[Dataset — start]
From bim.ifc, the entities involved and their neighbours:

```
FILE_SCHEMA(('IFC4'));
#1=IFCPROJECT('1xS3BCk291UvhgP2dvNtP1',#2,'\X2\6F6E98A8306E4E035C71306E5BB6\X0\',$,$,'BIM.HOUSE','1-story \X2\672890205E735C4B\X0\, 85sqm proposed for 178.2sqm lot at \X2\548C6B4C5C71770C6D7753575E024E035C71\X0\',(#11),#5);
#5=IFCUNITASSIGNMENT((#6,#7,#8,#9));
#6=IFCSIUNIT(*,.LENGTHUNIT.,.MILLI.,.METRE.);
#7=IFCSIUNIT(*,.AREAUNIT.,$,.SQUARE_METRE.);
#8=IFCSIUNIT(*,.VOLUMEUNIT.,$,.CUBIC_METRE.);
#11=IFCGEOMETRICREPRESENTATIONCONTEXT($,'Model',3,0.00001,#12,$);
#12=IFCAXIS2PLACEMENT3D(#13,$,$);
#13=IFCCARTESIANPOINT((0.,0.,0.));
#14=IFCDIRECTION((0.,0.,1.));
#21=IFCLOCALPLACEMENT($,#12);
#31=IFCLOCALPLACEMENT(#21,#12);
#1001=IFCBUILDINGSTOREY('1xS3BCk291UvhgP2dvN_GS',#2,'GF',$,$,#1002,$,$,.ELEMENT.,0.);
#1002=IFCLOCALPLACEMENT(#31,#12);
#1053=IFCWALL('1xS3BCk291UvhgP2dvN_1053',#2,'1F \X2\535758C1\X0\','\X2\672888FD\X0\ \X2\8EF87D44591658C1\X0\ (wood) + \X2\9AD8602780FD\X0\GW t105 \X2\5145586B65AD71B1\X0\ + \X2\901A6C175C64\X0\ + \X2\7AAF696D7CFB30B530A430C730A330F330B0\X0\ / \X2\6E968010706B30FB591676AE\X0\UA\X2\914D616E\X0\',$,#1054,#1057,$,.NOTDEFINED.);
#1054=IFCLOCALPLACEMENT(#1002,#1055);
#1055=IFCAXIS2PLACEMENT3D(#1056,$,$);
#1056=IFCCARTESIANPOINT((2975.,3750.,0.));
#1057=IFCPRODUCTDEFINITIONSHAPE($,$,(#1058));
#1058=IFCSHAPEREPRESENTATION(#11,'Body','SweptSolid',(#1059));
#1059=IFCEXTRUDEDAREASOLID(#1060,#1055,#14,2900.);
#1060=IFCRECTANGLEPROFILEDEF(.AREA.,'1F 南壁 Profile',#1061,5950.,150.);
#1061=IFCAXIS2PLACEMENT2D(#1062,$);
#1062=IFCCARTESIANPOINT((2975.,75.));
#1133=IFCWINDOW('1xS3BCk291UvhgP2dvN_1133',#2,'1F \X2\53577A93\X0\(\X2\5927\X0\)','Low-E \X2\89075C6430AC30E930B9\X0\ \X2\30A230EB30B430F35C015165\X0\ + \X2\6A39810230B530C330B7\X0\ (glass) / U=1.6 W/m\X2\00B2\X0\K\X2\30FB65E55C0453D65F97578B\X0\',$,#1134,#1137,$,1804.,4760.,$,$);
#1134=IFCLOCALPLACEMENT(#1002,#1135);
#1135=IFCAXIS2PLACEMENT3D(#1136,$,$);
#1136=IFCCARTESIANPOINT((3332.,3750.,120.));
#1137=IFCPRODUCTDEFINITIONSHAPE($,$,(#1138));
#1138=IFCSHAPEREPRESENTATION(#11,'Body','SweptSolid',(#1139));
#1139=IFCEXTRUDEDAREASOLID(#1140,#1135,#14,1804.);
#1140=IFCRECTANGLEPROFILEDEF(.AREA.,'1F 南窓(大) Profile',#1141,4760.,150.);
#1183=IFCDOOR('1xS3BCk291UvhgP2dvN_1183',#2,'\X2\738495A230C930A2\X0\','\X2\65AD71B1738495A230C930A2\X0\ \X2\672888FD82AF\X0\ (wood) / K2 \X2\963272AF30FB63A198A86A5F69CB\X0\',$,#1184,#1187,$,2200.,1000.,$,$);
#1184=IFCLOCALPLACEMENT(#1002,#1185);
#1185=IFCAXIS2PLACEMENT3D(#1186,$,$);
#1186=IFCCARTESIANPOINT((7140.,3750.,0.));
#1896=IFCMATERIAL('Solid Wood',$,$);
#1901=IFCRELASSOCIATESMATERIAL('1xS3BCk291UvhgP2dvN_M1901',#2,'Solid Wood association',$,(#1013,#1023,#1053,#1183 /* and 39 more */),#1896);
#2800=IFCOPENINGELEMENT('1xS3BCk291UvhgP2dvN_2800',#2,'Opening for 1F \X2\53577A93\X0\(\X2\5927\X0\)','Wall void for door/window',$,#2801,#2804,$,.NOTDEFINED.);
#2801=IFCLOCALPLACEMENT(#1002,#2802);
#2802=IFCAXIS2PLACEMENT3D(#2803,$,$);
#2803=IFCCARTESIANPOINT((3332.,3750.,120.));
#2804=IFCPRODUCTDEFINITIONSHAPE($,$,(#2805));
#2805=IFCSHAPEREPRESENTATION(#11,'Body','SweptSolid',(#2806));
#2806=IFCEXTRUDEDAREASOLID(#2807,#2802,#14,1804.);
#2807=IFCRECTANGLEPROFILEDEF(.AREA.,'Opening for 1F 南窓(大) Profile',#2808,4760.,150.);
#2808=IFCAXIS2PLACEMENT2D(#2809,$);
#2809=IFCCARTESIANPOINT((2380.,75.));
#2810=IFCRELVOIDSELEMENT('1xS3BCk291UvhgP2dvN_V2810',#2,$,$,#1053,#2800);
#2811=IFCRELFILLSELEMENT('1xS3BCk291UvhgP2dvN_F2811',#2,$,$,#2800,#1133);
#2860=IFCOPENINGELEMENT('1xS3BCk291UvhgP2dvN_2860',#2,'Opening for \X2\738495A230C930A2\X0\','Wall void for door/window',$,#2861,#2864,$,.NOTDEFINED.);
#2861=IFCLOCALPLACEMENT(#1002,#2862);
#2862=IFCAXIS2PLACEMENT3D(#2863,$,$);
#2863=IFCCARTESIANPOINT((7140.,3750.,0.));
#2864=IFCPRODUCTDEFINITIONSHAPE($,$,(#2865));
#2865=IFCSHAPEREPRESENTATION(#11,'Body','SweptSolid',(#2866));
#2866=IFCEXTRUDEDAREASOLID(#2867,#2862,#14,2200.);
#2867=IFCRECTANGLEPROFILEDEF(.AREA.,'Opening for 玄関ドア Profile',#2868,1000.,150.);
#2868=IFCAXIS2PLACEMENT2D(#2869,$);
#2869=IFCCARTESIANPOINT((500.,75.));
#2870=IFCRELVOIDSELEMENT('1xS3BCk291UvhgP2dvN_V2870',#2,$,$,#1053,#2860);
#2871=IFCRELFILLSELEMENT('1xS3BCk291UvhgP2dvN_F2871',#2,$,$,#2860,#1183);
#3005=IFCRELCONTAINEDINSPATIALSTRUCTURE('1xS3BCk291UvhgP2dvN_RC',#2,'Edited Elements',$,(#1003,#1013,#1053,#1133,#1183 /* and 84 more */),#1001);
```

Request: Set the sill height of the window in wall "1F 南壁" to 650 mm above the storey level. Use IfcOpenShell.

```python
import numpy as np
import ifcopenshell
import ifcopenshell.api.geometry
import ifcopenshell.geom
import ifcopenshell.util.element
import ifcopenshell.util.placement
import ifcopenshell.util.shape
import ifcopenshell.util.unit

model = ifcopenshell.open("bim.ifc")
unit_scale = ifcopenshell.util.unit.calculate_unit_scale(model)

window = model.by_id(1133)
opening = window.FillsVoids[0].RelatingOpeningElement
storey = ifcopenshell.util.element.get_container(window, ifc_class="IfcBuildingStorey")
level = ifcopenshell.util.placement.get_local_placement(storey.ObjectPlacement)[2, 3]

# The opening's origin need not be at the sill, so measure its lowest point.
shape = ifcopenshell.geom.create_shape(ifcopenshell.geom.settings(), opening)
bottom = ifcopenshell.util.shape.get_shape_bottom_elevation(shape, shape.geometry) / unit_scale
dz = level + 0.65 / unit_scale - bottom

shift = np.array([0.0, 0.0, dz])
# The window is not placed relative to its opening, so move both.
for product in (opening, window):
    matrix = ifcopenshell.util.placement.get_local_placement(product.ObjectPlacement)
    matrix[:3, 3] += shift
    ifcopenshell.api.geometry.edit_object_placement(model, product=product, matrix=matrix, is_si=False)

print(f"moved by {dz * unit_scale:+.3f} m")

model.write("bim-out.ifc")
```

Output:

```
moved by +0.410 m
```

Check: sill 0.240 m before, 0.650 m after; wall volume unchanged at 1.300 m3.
[Dataset — finish]
How many lines in the data contain the string "more"? Respond with the number only.

2